The 4th Amendment does not prevent a social worker, who has reliable evidence that a child is in imminent danger, from taking action. The key here is that the social worker must have reliable (i.e. verifiable) information. Anonymous tips often fail this test and the misuse of anonymous tips is well known. Personal vendettas, neighborhood squabbles, and revenge often result into someone making false allegations about a parent and/or child.
Dealing with Child Protective Services and family rights.
The state may not interfere in child rearing decisions when a fit parent is available. [Troxel v. Granville, 530 U.S. 57 (2000)]. A child has a constitutionally protected interest in the companionship and society of his or her parent. [Ward v. San Jose (9th Cir. 1992)]. A state employee (CPS social worker) who withholds a child from her family may infringe on the family’s liberty of familial association.
Dealing with Child Protective Services and due process.
Children may not be removed from their home by police officers or social workers without notice and a hearing unless the officials have a reasonable belief that the children were in imminent danger. [Ram v. Rubin, (9th Cir. 1997)]. Absent extraordinary circumstances, a parent has a liberty interest in familial association and privacy that cannot be violated without adequate pre-deprivation procedures. An exparte hearing based on misrepresentation and omission does not constitute notice and an opportunity to be heard. Procurement of an order to seize a child through distortion, misrepresentation and/or omission is a violation of the 4th Amendment. Police officers or social workers may not “pick up” a child without an investigation or court order, absent an emergency. Parental consent is required to take children for medical exams, or an overriding order from the court after parents have been heard. [Wallis v. Spencer, (9th Cir 1999)].
For purposes of the 4th Fourth Amendment, a “seizure” of a person is a situation in which a reasonable person would feel that he is not free to leave, and also either actually yields to a show of authority from police or social workers or is physically touched by police. Persons may not be “seized” without a court order or being placed under arrest. [California v. Hodari, 499 U.S. 621 (1991)].
Dealing with Child Protective Services and the social worker’s immunity.

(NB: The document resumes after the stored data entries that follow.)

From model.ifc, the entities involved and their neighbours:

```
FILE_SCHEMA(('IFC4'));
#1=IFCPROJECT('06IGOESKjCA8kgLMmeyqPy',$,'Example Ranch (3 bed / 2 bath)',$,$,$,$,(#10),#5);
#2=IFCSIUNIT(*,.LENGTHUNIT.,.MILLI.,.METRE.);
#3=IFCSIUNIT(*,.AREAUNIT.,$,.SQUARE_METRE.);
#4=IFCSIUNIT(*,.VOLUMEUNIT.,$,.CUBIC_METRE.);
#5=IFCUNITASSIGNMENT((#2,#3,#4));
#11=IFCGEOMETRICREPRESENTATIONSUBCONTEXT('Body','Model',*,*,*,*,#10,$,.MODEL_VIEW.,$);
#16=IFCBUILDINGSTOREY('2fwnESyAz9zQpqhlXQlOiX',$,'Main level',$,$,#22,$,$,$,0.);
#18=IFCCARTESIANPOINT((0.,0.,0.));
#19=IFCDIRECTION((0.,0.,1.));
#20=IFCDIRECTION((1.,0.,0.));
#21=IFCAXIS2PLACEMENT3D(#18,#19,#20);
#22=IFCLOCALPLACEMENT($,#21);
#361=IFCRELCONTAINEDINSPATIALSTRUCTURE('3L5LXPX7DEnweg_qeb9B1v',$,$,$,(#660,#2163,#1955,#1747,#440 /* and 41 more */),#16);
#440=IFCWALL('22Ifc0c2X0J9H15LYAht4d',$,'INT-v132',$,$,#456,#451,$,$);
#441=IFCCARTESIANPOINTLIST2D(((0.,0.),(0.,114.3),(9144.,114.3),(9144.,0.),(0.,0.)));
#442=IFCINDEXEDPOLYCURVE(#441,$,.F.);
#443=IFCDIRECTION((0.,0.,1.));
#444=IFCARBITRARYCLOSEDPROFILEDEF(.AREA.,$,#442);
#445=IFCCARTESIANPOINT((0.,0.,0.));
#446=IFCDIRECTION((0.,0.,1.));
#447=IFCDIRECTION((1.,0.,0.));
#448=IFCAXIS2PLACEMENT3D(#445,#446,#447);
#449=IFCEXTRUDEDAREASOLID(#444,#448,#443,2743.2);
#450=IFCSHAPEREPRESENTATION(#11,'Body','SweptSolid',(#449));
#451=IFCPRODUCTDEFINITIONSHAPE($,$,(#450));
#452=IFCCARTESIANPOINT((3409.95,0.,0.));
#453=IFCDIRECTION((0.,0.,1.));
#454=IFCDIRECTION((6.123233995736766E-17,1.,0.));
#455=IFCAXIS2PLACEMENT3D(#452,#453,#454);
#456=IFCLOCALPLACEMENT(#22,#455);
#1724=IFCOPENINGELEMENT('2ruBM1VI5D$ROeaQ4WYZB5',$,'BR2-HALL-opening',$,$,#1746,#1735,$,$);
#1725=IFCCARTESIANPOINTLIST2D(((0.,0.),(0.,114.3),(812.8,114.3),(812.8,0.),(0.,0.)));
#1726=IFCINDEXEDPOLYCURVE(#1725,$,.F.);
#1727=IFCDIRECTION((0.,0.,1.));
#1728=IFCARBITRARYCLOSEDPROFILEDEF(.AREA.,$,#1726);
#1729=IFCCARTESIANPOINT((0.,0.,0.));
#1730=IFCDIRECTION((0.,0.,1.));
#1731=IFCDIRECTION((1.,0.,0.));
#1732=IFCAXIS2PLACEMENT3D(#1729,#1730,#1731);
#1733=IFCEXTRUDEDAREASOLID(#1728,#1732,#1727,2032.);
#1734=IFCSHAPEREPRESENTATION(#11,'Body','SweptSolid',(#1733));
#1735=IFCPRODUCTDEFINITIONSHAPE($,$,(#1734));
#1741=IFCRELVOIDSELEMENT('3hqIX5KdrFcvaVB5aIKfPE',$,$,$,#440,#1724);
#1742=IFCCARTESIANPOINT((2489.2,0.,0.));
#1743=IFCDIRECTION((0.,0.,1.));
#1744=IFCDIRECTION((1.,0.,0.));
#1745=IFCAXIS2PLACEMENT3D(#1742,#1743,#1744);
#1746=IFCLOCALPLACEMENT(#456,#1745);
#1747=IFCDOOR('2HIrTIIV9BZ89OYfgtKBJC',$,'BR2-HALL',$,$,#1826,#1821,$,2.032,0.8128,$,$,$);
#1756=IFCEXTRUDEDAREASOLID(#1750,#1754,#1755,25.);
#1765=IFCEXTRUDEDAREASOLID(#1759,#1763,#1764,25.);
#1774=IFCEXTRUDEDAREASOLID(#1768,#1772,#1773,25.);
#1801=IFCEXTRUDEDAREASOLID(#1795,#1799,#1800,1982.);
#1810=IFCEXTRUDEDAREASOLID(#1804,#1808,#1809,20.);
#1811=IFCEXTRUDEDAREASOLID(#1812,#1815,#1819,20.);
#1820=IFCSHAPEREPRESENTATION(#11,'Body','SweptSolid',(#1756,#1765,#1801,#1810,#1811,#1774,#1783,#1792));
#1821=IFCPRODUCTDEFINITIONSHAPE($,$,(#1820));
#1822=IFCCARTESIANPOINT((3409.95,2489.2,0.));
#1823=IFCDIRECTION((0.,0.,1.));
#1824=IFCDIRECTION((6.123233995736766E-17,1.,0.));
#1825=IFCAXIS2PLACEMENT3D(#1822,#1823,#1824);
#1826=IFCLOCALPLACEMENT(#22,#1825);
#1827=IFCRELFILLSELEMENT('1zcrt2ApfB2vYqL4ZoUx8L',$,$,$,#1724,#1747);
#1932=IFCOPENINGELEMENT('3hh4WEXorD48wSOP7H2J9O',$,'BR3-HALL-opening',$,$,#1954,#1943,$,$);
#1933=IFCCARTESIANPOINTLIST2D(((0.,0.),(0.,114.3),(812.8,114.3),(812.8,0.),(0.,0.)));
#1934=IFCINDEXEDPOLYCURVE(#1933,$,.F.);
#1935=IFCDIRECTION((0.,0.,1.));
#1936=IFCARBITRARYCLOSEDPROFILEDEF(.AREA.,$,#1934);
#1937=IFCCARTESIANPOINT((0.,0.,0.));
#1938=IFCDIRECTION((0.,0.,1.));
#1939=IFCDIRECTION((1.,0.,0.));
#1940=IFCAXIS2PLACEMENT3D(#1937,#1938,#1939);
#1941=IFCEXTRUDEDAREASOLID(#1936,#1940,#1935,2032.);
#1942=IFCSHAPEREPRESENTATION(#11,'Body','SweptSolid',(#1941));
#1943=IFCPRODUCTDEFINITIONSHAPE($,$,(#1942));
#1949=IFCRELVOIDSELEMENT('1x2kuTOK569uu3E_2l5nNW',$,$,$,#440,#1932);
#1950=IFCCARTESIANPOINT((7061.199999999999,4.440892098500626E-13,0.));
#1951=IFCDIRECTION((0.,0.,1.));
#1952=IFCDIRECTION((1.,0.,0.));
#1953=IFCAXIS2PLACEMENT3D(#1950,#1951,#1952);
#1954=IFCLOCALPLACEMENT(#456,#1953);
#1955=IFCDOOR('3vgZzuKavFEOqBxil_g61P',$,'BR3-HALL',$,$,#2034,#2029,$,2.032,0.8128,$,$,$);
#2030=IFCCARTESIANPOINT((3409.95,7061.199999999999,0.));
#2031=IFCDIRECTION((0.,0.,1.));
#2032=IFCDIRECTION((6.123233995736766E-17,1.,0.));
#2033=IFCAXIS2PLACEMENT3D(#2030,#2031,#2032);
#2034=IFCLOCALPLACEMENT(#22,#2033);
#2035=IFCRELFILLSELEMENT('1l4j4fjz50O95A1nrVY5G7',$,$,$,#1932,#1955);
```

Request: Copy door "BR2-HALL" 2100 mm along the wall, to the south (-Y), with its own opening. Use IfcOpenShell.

```python
import ifcopenshell
import ifcopenshell.api.feature
import ifcopenshell.api.geometry
import ifcopenshell.api.root
import ifcopenshell.geom
import ifcopenshell.util.element
import ifcopenshell.util.placement
import ifcopenshell.util.shape
import ifcopenshell.util.unit

model = ifcopenshell.open("model.ifc")
unit_scale = ifcopenshell.util.unit.calculate_unit_scale(model)
settings = ifcopenshell.geom.settings()


def volume(element):
    """Net volume in cubic metres, openings subtracted."""
    shape = ifcopenshell.geom.create_shape(settings, element)
    return ifcopenshell.util.shape.get_volume(shape.geometry)


door = model.by_id(1747)
opening = door.FillsVoids[0].RelatingOpeningElement
wall = opening.VoidsElements[0].RelatingBuildingElement
before = volume(wall)
shift = ifcopenshell.util.placement.get_local_placement(wall.ObjectPlacement)[:3, 0] * -2.1 / unit_scale

# copy_class copies the void relationship, type, container and properties, but no geometry.
new_opening = ifcopenshell.api.root.copy_class(model, product=opening)
new_opening.Representation = ifcopenshell.util.element.copy_deep(
    model, opening.Representation, exclude=["IfcGeometricRepresentationContext", "IfcRepresentationMap"]
)
new_door = ifcopenshell.api.root.copy_class(model, product=door)
new_door.Representation = ifcopenshell.util.element.copy_deep(
    model, door.Representation, exclude=["IfcGeometricRepresentationContext", "IfcRepresentationMap"]
)
ifcopenshell.api.feature.add_filling(model, opening=new_opening, element=new_door)

for old, new in ((opening, new_opening), (door, new_door)):
    matrix = ifcopenshell.util.placement.get_local_placement(old.ObjectPlacement)
    matrix[:3, 3] += shift
    ifcopenshell.api.geometry.edit_object_placement(model, product=new, matrix=matrix, is_si=False)

after = volume(wall)

print(f"wall volume {before:.3f} -> {after:.3f} m3")

model.write("model_rev.ifc")
```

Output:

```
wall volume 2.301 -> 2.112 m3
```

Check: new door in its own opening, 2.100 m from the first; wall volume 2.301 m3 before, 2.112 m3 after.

The State of California cannot provide immunity from suit for Federal civil rights violations. State laws providing immunity from suit for child abuse investigators has no application to suits under § 1983. [Wallis v. Spencer, (9th Cir. 1999)]. Individuals aren’t immune for the results of their official conduct simply because they were enforcing policies or orders. Where a statute authorizes official conduct which is patently violation of fundamental constitutional principles, an officer who enforces that statute is not entitled to qualified immunity. [Grossman v. City of Portland, (9th Cir. (1994)]. Social workers investigating claims of child abuse are entitled only to qualified immunity. Assisting in the use of information known to be false in order to further an investigation is not subject to absolute immunity. Social workers are not entitled to qualified immunity on claims they deceived judicial officers in obtaining a custody order or deliberately or recklessly incorporated known falsehoods into their reports, criminal complaints and applications. Police officers are not entitled to absolute immunity, only qualified immunity, to claim that he caused plaintiff to be unlawfully arrested by presenting judge with an affidavit that failed to establish probable cause. [Malley v. Briggs, S.Ct. 1986)].

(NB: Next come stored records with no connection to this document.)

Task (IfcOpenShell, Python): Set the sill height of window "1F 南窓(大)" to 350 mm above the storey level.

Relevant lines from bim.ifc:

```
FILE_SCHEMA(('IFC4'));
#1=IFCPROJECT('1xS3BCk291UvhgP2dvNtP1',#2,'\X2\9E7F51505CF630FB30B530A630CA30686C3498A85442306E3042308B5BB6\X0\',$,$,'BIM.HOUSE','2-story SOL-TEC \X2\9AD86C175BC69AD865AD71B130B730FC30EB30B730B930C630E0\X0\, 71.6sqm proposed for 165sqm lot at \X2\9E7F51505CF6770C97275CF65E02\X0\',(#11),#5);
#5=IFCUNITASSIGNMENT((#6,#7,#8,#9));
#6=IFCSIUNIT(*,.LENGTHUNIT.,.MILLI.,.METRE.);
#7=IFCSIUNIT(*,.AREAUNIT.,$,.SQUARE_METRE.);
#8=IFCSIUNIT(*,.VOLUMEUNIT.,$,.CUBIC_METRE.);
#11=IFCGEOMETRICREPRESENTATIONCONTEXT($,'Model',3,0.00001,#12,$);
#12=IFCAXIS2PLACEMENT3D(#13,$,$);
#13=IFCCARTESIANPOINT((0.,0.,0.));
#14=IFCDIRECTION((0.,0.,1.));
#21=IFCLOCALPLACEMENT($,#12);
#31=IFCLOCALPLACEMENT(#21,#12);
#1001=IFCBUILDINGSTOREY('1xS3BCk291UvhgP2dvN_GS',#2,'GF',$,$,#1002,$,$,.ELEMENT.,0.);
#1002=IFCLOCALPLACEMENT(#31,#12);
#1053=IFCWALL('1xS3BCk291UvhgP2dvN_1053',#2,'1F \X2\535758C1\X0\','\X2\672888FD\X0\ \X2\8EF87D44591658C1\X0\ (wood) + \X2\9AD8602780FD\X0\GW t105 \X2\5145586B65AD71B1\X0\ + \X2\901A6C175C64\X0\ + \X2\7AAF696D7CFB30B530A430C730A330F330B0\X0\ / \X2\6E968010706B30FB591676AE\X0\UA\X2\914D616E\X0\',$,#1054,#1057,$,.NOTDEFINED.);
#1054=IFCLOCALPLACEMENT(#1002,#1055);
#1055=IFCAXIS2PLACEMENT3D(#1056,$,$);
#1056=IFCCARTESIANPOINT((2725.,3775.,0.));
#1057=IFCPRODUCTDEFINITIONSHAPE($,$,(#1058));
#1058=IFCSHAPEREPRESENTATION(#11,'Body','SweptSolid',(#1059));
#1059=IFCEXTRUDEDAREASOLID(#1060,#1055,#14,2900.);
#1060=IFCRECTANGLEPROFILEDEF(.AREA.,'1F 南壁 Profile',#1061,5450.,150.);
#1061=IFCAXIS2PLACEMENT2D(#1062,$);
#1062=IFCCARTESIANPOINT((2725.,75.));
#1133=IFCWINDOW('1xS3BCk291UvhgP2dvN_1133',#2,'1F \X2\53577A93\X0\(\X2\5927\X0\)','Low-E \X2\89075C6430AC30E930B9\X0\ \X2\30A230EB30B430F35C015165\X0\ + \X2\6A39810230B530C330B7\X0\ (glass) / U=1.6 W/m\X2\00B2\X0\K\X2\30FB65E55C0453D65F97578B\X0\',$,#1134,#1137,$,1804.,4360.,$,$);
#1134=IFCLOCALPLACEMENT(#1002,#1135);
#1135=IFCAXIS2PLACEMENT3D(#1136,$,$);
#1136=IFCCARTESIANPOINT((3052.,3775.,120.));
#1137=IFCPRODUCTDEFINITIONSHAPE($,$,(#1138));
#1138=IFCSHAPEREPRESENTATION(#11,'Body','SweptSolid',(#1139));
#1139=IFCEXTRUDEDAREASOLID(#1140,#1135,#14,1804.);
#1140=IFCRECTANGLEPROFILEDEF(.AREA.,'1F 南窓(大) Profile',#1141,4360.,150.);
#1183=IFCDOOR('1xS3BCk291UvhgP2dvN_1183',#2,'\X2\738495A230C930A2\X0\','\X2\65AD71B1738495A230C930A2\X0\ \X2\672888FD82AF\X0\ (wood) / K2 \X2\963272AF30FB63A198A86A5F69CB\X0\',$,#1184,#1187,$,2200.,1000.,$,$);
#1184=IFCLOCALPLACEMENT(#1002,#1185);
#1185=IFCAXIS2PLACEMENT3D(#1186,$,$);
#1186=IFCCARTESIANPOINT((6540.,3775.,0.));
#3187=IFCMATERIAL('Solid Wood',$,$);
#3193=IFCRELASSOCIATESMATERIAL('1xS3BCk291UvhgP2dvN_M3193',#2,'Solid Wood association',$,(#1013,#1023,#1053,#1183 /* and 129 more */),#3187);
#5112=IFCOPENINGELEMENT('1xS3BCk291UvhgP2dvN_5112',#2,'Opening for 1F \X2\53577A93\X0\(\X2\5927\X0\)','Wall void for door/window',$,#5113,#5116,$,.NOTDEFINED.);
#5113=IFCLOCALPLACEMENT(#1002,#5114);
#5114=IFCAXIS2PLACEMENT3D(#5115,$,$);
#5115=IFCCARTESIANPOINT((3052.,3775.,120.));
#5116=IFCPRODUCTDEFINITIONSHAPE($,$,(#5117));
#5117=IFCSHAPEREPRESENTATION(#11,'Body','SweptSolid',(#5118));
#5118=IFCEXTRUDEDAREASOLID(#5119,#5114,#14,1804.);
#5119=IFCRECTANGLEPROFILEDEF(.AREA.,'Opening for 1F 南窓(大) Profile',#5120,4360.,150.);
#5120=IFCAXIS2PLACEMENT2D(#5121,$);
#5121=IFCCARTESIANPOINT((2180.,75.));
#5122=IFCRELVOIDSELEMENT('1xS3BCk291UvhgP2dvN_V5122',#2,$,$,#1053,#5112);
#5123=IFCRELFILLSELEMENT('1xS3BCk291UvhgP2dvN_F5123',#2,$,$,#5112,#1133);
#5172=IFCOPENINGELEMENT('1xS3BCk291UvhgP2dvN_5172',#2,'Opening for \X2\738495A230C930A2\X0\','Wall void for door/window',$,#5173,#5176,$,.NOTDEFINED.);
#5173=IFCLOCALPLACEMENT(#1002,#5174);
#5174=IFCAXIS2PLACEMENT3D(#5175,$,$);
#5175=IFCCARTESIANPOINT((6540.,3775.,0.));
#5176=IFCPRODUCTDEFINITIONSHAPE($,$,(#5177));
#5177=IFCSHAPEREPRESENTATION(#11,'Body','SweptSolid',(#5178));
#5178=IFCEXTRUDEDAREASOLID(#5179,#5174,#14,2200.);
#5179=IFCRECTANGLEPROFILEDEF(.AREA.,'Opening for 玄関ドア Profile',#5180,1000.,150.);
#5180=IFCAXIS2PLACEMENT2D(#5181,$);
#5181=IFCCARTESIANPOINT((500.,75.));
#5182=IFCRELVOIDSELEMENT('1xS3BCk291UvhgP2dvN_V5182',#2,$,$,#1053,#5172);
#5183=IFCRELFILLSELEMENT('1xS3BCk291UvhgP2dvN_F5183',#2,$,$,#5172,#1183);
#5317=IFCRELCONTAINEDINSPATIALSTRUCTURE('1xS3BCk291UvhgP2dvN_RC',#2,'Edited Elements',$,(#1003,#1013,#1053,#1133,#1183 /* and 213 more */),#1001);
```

```python
import numpy as np
import ifcopenshell
import ifcopenshell.api.geometry
import ifcopenshell.geom
import ifcopenshell.util.element
import ifcopenshell.util.placement
import ifcopenshell.util.shape
import ifcopenshell.util.unit

model = ifcopenshell.open("bim.ifc")
unit_scale = ifcopenshell.util.unit.calculate_unit_scale(model)

window = model.by_guid("1xS3BCk291UvhgP2dvN_1133")
opening = window.FillsVoids[0].RelatingOpeningElement
storey = ifcopenshell.util.element.get_container(window, ifc_class="IfcBuildingStorey")
level = ifcopenshell.util.placement.get_local_placement(storey.ObjectPlacement)[2, 3]

# The opening's origin need not be at the sill, so measure its lowest point.
shape = ifcopenshell.geom.create_shape(ifcopenshell.geom.settings(), opening)
bottom = ifcopenshell.util.shape.get_shape_bottom_elevation(shape, shape.geometry) / unit_scale
dz = level + 0.35 / unit_scale - bottom

shift = np.array([0.0, 0.0, dz])
# The window is not placed relative to its opening, so move both.
for product in (opening, window):
    matrix = ifcopenshell.util.placement.get_local_placement(product.ObjectPlacement)
    matrix[:3, 3] += shift
    ifcopenshell.api.geometry.edit_object_placement(model, product=product, matrix=matrix, is_si=False)

print(f"moved by {dz * unit_scale:+.3f} m")

model.write("bim_edited.ifc")
```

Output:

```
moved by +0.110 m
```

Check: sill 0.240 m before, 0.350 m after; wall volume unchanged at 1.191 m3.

Traditionally at common law, and still today, unemancipated minors lack some of the most fundamental rights of self-determination—including even the right of liberty in its narrow sense, i.e., the right to come and go at will. They are subject, even as to their physical freedom, to the control of their parents or guardians. [See Am Jur 2d, Parent and Child § 10 (1987).
Troxel v. Granville, 530 U.S. 57 (2000)].